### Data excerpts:
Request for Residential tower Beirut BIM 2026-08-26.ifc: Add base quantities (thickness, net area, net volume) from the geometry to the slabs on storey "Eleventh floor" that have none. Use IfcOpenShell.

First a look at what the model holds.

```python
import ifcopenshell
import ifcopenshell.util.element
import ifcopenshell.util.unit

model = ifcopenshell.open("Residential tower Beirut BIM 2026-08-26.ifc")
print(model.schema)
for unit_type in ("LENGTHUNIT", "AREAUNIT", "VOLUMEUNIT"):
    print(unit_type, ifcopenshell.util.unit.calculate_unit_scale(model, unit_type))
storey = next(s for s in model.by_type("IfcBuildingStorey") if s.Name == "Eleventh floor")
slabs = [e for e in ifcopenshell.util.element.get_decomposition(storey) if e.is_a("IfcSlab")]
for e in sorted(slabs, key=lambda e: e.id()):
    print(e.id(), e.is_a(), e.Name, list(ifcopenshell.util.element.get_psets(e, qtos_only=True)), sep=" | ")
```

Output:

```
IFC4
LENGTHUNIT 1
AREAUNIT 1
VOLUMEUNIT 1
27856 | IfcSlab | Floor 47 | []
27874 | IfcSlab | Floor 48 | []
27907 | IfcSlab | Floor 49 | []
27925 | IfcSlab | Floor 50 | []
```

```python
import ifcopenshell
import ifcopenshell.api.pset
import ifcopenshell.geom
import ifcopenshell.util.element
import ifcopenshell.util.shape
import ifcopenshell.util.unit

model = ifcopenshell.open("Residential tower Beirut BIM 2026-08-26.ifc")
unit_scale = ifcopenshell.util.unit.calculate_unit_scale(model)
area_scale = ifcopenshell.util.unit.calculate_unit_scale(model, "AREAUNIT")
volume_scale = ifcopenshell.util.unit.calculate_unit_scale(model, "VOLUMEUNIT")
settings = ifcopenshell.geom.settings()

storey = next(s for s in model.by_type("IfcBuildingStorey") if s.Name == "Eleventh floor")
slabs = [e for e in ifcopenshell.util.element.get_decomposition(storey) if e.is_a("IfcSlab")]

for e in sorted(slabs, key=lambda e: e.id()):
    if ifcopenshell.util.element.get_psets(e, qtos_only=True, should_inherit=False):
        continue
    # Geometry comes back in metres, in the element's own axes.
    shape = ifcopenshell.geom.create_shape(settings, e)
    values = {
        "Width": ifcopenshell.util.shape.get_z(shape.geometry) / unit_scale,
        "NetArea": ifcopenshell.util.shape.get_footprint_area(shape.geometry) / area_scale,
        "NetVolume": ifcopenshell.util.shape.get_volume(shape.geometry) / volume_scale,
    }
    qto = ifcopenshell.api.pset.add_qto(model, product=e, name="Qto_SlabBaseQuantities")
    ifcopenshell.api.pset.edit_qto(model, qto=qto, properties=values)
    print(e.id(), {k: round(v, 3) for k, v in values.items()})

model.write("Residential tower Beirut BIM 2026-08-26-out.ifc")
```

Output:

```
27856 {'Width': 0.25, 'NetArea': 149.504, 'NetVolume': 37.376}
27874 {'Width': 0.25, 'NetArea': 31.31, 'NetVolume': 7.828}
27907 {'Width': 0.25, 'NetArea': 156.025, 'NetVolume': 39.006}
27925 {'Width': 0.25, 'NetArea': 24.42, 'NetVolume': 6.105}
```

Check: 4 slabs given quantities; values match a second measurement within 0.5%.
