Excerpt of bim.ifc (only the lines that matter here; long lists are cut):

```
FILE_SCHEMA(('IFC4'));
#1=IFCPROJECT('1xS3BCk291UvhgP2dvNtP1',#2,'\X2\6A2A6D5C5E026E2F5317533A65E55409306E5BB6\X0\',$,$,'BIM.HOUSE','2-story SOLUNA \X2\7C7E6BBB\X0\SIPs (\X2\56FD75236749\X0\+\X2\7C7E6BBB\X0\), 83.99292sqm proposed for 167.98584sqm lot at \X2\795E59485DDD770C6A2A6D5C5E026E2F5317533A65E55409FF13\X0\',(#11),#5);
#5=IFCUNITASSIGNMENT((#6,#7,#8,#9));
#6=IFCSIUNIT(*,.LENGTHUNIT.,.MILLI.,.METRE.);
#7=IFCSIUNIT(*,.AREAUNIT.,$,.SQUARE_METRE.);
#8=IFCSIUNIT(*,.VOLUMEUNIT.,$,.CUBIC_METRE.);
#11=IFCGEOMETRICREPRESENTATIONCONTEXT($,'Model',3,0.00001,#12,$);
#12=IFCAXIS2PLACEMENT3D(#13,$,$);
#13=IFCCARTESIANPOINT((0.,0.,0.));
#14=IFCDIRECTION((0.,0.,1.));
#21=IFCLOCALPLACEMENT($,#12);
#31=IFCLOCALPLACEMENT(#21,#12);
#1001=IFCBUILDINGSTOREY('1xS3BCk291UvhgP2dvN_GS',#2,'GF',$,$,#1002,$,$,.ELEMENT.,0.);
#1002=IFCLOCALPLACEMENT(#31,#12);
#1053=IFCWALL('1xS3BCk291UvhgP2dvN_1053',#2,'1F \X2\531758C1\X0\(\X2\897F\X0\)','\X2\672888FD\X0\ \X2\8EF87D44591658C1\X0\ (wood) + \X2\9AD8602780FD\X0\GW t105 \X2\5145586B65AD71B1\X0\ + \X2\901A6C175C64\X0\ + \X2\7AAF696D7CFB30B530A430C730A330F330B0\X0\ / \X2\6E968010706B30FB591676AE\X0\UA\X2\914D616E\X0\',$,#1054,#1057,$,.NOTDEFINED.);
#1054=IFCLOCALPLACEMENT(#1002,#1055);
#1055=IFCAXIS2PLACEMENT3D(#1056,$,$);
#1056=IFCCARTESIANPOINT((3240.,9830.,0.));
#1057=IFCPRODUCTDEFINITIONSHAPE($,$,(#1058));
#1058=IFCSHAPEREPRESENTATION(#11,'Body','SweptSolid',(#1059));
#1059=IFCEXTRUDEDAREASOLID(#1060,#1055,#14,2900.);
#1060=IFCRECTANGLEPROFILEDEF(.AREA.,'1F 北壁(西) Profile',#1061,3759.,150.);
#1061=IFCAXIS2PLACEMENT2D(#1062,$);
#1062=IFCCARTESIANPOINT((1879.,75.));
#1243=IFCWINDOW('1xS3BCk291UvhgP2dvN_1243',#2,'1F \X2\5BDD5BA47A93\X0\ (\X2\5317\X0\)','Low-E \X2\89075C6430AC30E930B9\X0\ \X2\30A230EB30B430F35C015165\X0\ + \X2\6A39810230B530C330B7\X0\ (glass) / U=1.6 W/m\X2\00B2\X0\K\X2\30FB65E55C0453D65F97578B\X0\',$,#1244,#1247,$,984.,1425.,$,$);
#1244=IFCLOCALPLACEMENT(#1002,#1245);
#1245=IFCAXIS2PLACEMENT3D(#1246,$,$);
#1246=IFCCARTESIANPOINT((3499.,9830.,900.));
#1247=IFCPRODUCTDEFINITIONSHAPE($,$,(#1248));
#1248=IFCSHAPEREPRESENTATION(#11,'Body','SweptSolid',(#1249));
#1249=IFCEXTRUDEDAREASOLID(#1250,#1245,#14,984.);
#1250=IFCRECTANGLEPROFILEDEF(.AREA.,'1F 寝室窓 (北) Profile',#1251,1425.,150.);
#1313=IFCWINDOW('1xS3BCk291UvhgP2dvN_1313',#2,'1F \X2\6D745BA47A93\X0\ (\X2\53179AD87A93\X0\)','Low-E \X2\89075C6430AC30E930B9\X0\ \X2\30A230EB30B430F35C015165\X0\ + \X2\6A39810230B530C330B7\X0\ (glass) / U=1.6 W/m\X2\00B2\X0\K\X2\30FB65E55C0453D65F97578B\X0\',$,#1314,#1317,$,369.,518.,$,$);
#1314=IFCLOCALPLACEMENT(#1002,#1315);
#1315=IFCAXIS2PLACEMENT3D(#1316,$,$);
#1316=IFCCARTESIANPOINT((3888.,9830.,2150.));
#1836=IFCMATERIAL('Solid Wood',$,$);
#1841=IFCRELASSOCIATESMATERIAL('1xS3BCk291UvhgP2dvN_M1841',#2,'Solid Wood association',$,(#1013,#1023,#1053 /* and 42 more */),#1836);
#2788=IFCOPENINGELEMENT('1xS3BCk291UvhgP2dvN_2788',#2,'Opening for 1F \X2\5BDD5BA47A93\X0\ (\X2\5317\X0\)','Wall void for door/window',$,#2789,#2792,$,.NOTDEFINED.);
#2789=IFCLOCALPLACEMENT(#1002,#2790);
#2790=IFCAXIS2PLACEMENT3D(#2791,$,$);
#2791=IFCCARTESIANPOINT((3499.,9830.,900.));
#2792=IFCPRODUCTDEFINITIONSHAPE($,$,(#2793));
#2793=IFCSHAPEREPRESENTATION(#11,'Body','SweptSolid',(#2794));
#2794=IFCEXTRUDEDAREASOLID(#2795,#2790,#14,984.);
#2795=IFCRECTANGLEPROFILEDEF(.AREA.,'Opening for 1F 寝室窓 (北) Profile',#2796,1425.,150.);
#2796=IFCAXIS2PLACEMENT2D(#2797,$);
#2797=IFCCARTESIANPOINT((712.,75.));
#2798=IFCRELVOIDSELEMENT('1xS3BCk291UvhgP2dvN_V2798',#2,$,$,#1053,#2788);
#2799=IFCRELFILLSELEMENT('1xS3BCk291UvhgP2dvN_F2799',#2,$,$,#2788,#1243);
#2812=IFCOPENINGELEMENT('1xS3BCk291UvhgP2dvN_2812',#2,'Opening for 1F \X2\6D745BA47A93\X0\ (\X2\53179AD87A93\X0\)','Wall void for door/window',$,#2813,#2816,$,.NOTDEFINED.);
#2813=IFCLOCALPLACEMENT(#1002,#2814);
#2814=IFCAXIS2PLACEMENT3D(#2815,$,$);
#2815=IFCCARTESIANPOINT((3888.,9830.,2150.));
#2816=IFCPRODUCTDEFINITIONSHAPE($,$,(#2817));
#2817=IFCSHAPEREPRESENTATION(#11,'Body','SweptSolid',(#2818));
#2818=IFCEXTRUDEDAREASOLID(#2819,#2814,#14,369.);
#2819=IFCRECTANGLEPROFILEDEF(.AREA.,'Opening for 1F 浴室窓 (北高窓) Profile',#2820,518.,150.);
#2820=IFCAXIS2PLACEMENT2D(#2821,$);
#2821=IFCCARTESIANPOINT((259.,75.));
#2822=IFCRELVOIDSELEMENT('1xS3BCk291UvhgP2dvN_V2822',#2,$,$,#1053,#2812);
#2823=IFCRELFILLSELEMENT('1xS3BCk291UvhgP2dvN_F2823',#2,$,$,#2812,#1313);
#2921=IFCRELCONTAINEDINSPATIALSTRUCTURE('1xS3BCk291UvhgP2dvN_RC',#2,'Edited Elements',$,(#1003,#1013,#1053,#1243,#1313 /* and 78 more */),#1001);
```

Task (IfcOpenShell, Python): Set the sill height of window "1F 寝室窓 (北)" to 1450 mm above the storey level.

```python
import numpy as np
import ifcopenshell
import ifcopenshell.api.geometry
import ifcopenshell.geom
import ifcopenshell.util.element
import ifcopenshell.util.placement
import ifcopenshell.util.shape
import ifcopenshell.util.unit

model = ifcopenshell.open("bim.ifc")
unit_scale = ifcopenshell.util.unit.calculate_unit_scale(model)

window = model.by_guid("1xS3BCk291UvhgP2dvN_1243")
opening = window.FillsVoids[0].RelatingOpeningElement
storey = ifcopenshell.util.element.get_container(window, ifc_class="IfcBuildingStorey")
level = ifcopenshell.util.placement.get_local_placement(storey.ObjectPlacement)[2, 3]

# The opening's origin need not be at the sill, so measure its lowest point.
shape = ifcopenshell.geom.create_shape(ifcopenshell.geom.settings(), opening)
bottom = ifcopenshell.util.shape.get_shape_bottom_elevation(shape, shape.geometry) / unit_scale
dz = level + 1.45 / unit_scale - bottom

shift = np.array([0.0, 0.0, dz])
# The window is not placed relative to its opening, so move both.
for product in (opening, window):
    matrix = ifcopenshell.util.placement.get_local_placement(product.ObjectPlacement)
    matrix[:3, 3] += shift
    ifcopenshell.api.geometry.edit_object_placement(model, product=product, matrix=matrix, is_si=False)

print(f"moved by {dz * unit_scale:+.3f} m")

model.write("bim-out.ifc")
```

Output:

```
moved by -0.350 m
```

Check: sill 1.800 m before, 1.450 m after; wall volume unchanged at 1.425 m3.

--

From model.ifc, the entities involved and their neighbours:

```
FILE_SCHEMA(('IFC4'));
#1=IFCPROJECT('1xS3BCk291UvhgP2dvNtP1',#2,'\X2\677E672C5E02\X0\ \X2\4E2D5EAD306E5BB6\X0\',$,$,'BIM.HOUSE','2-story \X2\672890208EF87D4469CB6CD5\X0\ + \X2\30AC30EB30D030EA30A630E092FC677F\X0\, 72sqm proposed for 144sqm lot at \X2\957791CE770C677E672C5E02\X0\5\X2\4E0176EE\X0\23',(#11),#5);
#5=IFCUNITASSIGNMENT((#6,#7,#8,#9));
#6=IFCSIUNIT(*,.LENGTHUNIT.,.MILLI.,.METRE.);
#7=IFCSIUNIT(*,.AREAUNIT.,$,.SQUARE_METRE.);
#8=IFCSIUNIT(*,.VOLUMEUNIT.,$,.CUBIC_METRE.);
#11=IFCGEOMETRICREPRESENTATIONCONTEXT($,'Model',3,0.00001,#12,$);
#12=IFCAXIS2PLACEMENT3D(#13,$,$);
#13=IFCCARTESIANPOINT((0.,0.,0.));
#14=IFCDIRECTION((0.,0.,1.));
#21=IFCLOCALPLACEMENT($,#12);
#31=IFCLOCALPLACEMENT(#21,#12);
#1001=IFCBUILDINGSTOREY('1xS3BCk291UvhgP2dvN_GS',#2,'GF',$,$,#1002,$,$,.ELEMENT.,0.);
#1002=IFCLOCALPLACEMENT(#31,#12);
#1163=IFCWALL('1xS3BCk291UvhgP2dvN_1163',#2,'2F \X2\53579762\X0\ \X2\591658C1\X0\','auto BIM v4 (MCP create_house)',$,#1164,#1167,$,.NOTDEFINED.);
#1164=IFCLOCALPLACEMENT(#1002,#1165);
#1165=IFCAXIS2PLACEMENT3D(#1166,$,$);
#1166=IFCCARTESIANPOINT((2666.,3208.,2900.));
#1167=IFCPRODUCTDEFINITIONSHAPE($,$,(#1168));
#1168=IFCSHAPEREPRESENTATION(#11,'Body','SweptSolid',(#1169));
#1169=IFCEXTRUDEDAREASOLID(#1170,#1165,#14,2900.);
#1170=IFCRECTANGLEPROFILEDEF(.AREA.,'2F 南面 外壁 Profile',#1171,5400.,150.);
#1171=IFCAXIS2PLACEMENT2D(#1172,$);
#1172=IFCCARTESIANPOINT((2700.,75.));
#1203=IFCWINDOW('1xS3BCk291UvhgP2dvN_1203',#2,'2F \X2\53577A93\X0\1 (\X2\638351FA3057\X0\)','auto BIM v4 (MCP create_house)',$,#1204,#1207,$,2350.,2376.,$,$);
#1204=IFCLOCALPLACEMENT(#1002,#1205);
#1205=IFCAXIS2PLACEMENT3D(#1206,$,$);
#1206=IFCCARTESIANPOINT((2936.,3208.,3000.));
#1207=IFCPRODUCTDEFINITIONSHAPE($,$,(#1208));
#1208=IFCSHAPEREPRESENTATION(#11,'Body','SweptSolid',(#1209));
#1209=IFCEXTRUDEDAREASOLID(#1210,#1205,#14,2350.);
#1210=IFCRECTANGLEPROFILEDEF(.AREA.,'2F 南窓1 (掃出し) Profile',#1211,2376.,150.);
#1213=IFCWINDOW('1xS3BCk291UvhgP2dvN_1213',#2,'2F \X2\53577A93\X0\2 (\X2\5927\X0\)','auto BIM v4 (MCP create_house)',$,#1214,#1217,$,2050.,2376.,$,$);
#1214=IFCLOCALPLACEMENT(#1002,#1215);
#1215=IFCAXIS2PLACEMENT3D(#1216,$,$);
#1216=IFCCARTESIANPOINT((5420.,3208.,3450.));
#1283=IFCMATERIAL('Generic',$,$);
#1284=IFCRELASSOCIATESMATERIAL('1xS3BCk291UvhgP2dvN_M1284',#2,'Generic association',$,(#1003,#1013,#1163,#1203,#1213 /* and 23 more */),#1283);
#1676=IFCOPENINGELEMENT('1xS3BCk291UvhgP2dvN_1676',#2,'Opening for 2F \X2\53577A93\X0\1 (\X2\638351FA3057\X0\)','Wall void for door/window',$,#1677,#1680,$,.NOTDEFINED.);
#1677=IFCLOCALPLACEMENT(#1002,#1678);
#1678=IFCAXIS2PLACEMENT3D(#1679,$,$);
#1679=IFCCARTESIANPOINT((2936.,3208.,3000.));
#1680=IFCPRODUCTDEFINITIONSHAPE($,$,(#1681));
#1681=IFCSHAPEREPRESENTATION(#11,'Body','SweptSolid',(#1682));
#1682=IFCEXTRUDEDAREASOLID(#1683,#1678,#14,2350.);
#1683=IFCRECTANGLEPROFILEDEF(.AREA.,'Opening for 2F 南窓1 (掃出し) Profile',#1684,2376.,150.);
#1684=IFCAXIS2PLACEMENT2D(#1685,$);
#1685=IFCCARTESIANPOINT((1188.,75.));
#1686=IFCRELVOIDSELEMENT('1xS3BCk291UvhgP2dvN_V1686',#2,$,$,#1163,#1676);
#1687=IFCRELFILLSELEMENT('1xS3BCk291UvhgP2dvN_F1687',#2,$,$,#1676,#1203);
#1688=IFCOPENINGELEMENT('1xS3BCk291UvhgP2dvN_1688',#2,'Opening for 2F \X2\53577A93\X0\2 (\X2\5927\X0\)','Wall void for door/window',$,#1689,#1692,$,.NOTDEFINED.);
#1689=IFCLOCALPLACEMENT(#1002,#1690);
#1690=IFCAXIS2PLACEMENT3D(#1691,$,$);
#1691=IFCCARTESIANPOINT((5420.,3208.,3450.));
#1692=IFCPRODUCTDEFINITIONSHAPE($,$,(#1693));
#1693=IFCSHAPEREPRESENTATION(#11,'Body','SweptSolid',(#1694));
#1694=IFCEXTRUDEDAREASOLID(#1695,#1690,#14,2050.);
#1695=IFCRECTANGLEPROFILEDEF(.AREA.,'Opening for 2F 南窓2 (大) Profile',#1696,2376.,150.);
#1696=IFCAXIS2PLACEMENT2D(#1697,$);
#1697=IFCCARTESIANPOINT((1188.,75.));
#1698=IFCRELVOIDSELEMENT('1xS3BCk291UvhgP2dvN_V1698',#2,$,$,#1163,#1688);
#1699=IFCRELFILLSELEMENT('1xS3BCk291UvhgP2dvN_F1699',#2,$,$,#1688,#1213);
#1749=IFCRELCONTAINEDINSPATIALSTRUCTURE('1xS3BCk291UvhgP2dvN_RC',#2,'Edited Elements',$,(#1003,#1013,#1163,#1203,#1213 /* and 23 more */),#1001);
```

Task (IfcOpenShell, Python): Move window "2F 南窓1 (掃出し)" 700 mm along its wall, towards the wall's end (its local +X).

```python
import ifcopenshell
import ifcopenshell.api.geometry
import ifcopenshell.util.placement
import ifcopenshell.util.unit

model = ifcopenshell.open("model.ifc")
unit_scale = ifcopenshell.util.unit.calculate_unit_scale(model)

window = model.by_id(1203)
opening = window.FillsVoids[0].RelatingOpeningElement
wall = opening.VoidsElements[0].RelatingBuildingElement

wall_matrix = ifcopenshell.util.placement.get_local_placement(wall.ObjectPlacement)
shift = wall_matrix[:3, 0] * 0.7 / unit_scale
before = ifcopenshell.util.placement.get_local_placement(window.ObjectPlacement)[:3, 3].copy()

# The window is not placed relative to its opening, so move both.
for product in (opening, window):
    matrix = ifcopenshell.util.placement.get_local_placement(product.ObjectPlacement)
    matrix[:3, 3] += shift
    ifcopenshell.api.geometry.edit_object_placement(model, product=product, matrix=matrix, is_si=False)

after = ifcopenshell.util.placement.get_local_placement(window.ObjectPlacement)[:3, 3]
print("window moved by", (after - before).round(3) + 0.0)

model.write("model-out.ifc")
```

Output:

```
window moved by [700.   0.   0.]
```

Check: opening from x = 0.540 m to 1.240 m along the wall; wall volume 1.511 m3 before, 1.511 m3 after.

* * *

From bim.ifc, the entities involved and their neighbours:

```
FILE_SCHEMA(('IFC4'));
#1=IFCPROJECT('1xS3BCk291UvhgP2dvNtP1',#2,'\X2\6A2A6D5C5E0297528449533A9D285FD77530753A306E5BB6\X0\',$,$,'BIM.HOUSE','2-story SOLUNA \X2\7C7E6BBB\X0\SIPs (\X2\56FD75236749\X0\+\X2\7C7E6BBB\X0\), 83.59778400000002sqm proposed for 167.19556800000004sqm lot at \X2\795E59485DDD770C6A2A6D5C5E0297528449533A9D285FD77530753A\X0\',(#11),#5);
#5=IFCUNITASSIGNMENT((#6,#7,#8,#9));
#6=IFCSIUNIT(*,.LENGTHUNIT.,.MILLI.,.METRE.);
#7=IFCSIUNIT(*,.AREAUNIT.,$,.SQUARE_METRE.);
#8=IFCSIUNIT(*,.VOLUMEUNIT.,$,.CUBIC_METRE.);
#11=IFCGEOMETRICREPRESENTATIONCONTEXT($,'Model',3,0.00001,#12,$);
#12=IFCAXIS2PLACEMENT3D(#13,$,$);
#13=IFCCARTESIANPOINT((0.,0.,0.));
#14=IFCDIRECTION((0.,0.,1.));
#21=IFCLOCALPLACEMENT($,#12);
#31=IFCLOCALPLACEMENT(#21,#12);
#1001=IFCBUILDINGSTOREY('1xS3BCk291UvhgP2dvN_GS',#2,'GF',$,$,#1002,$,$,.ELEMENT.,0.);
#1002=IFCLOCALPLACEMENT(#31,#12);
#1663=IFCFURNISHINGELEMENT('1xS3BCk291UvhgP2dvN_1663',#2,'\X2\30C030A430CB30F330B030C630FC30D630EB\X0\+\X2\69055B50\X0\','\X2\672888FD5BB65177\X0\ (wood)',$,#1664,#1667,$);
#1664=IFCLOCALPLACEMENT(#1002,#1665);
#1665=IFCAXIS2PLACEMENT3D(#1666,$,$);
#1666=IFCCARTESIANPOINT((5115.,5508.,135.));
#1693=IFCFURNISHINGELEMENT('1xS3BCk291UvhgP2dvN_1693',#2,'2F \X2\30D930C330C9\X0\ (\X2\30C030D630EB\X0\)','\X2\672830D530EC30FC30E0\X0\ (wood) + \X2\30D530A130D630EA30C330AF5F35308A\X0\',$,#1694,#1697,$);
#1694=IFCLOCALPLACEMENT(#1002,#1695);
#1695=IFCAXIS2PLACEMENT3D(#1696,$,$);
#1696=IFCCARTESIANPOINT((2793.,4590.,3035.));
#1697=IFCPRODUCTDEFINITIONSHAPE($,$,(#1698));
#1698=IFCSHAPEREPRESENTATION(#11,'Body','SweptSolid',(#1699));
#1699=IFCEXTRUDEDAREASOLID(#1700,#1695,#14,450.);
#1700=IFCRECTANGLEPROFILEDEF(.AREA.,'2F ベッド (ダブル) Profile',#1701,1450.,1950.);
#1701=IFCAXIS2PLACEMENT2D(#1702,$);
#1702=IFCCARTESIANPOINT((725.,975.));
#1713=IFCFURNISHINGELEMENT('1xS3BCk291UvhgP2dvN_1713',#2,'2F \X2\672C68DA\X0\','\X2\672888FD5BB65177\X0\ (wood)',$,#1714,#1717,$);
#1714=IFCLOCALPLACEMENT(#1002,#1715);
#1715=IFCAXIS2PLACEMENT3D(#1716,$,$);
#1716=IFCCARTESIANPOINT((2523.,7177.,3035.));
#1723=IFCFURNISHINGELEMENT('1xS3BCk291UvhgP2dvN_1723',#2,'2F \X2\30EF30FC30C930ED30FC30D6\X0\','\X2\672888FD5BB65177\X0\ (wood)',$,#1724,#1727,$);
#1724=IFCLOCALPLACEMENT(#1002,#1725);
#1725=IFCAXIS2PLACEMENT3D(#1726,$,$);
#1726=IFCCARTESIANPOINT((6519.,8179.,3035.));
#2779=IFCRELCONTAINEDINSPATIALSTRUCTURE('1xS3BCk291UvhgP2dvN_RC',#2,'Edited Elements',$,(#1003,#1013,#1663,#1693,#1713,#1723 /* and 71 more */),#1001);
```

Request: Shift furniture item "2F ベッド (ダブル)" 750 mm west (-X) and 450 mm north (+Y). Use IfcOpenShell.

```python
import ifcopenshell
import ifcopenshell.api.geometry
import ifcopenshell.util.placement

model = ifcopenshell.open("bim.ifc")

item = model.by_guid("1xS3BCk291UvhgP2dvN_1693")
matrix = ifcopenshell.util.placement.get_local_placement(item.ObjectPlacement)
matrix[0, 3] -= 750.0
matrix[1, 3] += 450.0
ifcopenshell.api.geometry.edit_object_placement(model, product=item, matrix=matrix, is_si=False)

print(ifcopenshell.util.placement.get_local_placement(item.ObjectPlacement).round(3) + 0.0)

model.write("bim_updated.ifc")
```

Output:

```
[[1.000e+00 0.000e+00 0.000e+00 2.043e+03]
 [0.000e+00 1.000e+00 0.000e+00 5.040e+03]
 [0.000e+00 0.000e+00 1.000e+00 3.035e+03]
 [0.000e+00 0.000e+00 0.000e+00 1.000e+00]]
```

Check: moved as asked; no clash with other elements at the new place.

### Activity:
Work through the data above line by line and give the number of lines in which "SOLUNA" occurs. Add nothing else.

### Task response:
2